SUSTech has two papers selected as Highlighted Papers, ranking the university among the global top 10 institutions for Highlighted Paper count.

Brief Introduction of the Highlighted Papers:
[37.1] A 72Gb/s/pin Single-Ended Driver-Cooperative Coded PAM3 Transceiver with Asymmetric Data-Dependent Equalization and Bias-Peaking for Chiplets and Memory Interfaces
Authors: Hongzhi Wu, Xuxu Cheng, Yangyi Zhang, Xiongshi Luo, Zhenghao Li, Weitao Wu, Quan Pan
Professor Quan Pan's team at SUSTech proposed a 72Gb/s/pin PAM3 transceiver featuring TIA termination, including driver-cooperative coding, asymmetric data-dependent equalization, and bias-peaking. The TIA termination employing the driver-cooperative coding scheme significantly reduces static power, while the bias-peaking scheme reduces switching jitter and achieves better return loss.

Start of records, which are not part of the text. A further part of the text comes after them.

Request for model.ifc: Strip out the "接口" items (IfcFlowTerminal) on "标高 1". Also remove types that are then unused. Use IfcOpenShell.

First a look at what the model holds.

```python
import ifcopenshell
import ifcopenshell.util.element

model = ifcopenshell.open("model.ifc")
print(model.schema)
storey = next(s for s in model.by_type("IfcBuildingStorey") if s.Name == "标高 1")
terminals = [e for e in ifcopenshell.util.element.get_decomposition(storey) if e.is_a("IfcFlowTerminal")]
seen = {}
for e in terminals:
    element_type = ifcopenshell.util.element.get_type(e)
    name = element_type.Name if element_type not in (None, e) else None
    seen[name] = seen.get(name, 0) + 1
for name, count in sorted(seen.items(), key=str):
    print(count, "x", name)
```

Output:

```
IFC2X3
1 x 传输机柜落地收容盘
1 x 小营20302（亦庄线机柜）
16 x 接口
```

```python
import ifcopenshell
import ifcopenshell.api.root
import ifcopenshell.util.element

model = ifcopenshell.open("model.ifc")

storey = next(s for s in model.by_type("IfcBuildingStorey") if s.Name == "标高 1")
terminals = [e for e in ifcopenshell.util.element.get_decomposition(storey) if e.is_a("IfcFlowTerminal")]
targets = [e for e in terminals if (t := ifcopenshell.util.element.get_type(e)) not in (None, e) and t.Name == "接口"]
types = {ifcopenshell.util.element.get_type(e) for e in targets} - {None, *targets}

for e in targets:
    ifcopenshell.api.root.remove_product(model, product=e)
print(len(targets), "removed")

unused = [t for t in types if not ifcopenshell.util.element.get_types(t)]
for t in unused:
    ifcopenshell.api.root.remove_product(model, product=t)
print(len(unused), "unused types removed")

model.write("model_updated.ifc")
```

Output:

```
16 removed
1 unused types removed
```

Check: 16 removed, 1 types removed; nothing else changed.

[36.3] A 16.4nJ/Class Patient-Independent Prototype-Based Spatio-Temporal CNN Processor with Forward-Inference-Based Adaptation for Robust and Low-Latency Seizure Detection
Authors: Yang Wang, Longyang Lin, Jerald Yoo, Jiamin Li
Associate Professor Jiamin Li's team at SUSTech proposed a patient-independent seizure detection processor. It achieves 94.3%/94.9% sensitivity/specificity without requiring patient-specific data retraining. By calibrating with just two minutes of the patient's non-seizure EEG data, the adaptive detection performance is enhanced to 95.4%/97.9%. The prototype-based spatio-temporal CNN accelerator employs boundary feature reuse and risk-aware adaptive inference, reducing detection latency and energy consumption.